-- EXERCISE MATERIALS follows --
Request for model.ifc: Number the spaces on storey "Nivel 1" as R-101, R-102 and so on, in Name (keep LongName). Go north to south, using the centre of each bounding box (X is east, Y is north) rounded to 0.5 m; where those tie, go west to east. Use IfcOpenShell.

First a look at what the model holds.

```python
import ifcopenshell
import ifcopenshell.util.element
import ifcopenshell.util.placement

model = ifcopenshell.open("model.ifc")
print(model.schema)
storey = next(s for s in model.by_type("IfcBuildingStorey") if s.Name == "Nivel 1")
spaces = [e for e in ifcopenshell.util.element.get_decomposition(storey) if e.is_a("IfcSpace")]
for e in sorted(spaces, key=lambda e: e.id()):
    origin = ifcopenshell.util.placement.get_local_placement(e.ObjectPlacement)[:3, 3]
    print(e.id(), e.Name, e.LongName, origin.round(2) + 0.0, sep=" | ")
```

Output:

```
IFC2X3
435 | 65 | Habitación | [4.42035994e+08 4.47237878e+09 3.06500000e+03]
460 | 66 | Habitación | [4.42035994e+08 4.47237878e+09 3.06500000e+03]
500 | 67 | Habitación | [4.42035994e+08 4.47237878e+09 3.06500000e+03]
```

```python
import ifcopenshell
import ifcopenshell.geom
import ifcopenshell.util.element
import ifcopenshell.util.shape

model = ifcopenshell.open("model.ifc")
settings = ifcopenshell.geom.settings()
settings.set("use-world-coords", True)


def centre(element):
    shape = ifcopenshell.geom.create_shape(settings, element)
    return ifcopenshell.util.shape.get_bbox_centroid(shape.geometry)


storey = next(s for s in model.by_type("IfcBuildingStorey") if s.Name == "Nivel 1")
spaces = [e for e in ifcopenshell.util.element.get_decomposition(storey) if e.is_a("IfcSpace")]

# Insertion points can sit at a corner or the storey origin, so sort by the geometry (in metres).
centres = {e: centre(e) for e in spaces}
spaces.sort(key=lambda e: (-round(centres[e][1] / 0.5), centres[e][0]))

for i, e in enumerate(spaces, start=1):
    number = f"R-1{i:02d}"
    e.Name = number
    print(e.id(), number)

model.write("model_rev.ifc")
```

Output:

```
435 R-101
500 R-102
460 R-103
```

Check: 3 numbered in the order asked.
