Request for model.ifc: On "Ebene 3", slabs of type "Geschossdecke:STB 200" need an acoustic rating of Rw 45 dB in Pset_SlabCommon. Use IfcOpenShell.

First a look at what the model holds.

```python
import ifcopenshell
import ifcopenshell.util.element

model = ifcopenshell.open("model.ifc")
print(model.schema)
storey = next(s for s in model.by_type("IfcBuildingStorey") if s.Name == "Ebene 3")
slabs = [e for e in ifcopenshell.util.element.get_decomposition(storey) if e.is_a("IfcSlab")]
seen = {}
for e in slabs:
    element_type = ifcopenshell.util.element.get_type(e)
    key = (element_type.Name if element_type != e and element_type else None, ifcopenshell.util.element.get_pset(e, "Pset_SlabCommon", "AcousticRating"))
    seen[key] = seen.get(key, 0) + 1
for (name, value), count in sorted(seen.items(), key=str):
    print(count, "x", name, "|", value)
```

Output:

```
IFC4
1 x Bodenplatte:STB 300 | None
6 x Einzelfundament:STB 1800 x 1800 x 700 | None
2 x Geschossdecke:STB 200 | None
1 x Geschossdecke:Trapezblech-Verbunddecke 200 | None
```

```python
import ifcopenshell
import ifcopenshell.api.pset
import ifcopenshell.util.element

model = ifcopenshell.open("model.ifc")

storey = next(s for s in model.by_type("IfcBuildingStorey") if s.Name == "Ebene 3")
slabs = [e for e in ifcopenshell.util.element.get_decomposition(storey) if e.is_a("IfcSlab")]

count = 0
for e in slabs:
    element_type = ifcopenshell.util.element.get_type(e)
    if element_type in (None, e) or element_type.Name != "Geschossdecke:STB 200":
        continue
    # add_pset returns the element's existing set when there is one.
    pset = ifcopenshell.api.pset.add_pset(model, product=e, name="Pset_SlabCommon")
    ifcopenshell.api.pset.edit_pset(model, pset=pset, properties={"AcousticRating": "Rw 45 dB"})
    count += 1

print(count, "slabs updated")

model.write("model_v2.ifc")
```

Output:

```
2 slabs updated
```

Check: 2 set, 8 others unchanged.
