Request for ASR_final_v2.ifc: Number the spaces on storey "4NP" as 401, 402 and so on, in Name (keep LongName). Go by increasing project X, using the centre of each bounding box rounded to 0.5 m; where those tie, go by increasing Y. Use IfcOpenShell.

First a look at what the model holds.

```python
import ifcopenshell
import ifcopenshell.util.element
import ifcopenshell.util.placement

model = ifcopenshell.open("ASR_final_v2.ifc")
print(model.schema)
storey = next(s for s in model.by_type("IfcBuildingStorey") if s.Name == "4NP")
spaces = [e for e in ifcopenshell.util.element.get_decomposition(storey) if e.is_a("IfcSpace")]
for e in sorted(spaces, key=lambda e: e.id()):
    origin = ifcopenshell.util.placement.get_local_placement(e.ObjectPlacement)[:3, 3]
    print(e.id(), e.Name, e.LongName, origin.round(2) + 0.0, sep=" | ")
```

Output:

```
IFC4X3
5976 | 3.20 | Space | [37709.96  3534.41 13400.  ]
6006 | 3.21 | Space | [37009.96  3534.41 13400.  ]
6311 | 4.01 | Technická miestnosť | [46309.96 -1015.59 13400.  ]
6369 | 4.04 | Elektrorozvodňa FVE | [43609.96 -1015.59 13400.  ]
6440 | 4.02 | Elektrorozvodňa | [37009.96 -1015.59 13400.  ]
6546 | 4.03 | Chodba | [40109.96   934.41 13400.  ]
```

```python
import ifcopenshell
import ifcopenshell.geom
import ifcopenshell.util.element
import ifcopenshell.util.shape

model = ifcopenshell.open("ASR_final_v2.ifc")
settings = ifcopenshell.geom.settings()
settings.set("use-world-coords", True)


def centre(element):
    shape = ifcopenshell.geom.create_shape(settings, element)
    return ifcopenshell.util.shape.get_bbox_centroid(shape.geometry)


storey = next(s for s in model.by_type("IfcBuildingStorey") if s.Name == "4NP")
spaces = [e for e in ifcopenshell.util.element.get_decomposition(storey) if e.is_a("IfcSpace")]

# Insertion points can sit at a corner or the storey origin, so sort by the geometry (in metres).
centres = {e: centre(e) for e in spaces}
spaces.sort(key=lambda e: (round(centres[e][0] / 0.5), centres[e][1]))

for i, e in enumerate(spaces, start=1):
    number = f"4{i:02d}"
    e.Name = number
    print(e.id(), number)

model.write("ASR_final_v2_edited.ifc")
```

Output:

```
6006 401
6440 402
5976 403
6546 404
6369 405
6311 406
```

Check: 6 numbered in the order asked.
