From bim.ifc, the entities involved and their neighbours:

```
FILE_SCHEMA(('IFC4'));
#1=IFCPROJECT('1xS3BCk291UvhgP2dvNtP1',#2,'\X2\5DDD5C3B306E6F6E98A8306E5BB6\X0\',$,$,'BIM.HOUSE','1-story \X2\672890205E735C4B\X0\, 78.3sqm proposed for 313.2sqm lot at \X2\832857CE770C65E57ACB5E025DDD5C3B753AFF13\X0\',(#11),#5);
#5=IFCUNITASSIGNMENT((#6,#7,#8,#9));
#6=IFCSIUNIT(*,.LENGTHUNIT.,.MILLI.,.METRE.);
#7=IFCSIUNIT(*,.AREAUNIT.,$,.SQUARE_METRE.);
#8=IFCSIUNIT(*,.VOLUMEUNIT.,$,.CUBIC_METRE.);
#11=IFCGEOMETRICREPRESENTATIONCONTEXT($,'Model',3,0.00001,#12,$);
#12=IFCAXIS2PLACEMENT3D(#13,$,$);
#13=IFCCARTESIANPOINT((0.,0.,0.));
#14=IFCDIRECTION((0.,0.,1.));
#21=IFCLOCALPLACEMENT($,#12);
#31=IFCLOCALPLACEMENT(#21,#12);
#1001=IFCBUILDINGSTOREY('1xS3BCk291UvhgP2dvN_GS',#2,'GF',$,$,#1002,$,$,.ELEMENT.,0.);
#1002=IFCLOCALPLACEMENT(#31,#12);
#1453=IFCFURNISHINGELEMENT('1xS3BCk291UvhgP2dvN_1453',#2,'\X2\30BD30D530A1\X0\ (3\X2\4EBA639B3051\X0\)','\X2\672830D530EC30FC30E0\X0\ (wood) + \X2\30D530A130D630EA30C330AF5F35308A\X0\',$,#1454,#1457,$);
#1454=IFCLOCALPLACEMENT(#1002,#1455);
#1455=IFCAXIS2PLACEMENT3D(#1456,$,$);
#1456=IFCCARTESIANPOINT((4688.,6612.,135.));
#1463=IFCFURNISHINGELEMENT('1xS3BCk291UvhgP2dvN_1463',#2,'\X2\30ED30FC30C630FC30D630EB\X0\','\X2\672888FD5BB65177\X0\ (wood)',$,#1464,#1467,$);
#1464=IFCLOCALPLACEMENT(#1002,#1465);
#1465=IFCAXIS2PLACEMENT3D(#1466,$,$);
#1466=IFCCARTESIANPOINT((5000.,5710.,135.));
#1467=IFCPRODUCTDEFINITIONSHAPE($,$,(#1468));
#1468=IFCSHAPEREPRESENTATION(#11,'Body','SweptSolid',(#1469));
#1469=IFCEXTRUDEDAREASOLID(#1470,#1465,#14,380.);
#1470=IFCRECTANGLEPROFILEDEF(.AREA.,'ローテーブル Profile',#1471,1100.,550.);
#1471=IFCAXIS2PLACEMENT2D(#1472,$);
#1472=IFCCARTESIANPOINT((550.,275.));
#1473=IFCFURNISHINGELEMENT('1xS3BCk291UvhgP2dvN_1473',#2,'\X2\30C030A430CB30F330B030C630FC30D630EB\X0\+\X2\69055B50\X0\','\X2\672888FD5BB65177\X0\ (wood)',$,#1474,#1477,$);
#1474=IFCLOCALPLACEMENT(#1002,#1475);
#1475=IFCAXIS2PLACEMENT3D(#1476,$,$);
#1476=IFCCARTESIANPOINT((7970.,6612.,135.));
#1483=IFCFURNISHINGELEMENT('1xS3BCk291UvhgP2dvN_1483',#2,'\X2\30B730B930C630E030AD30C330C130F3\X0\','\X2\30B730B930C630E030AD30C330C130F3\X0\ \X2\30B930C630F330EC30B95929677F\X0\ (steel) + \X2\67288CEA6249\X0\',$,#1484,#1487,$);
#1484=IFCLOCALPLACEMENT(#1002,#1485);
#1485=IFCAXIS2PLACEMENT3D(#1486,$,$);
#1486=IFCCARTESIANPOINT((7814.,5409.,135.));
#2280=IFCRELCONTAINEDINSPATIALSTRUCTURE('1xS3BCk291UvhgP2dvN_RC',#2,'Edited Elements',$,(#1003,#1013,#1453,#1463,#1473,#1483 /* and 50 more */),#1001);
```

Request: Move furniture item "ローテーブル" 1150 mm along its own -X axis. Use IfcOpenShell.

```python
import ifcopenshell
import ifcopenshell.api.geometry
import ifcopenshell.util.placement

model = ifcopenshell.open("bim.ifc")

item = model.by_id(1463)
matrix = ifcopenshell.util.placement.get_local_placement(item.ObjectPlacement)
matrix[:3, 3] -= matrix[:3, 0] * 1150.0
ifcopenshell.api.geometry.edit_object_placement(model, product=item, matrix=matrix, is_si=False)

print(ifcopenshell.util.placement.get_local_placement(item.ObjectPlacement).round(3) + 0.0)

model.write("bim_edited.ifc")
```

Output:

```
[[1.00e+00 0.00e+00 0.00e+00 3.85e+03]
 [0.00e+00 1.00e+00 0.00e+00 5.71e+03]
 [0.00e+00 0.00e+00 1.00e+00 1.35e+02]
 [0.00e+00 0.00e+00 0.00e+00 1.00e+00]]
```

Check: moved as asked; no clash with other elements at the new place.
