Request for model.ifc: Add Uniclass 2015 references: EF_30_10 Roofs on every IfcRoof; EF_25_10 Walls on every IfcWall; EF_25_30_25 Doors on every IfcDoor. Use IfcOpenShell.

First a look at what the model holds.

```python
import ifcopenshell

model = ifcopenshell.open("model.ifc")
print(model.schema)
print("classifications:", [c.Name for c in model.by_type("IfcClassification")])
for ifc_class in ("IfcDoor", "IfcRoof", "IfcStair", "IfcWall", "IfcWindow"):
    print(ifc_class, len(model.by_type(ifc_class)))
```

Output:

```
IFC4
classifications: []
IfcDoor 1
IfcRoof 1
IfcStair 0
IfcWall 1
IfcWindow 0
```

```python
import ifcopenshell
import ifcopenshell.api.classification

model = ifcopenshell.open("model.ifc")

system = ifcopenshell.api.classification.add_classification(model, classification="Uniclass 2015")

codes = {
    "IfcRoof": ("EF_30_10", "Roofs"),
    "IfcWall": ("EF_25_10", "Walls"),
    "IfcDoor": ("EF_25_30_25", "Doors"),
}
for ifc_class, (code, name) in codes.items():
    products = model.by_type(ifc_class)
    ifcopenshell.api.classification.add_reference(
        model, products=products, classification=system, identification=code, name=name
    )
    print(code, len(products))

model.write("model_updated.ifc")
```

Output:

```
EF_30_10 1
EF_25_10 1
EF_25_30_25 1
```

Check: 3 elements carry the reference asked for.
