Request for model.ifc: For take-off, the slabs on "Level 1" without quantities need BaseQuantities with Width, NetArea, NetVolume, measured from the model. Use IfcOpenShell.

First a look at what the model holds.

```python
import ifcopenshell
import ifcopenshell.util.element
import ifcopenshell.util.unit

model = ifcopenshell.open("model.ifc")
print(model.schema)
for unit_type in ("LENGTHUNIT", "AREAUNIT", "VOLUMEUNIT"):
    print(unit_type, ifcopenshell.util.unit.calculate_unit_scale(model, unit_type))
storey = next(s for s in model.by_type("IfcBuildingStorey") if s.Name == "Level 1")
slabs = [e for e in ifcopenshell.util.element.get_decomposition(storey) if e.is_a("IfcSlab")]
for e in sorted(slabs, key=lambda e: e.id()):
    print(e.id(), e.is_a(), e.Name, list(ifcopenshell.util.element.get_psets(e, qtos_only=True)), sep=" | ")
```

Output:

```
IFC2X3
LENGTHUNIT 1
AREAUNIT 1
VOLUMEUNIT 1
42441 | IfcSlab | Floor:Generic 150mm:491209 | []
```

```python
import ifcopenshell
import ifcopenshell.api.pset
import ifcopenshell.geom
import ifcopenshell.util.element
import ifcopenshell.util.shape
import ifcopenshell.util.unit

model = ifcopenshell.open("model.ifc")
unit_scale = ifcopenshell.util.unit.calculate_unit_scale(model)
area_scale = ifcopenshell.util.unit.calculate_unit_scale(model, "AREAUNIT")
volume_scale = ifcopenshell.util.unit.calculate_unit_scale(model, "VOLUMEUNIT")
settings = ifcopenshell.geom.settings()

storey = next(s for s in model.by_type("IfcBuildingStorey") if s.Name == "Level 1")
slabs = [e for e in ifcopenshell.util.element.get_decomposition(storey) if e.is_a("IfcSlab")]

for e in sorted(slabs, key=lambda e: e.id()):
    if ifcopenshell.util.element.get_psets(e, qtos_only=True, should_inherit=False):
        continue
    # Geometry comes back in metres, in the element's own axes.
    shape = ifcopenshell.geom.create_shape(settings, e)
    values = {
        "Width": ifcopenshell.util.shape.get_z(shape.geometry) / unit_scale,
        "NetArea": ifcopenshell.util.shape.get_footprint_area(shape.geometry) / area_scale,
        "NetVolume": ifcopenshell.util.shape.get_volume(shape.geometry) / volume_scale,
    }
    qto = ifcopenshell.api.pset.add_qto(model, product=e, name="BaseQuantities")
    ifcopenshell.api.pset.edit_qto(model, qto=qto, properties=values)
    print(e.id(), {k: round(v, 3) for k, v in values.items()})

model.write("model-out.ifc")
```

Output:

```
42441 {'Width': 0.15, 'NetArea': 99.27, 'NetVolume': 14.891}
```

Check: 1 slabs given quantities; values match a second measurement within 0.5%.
-- EXERCISE MATERIALS concluded --
**INSTRUCTIONS TO FOLLOW**
Your answer should consist of the lines of the listing that contain "IFCFURNISHINGELEMENT", copied as they stand.

**ANSWER BELOW**
#1453=IFCFURNISHINGELEMENT('1xS3BCk291UvhgP2dvN_1453',#2,'\X2\30BD30D530A1\X0\ (3\X2\4EBA639B3051\X0\)','\X2\672830D530EC30FC30E0\X0\ (wood) + \X2\30D530A130D630EA30C330AF5F35308A\X0\',$,#1454,#1457,$);
#1463=IFCFURNISHINGELEMENT('1xS3BCk291UvhgP2dvN_1463',#2,'\X2\30ED30FC30C630FC30D630EB\X0\','\X2\672888FD5BB65177\X0\ (wood)',$,#1464,#1467,$);
#1473=IFCFURNISHINGELEMENT('1xS3BCk291UvhgP2dvN_1473',#2,'\X2\30C030A430CB30F330B030C630FC30D630EB\X0\+\X2\69055B50\X0\','\X2\672888FD5BB65177\X0\ (wood)',$,#1474,#1477,$);
#1483=IFCFURNISHINGELEMENT('1xS3BCk291UvhgP2dvN_1483',#2,'\X2\30B730B930C630E030AD30C330C130F3\X0\','\X2\30B730B930C630E030AD30C330C130F3\X0\ \X2\30B930C630F330EC30B95929677F\X0\ (steel) + \X2\67288CEA6249\X0\',$,#1484,#1487,$);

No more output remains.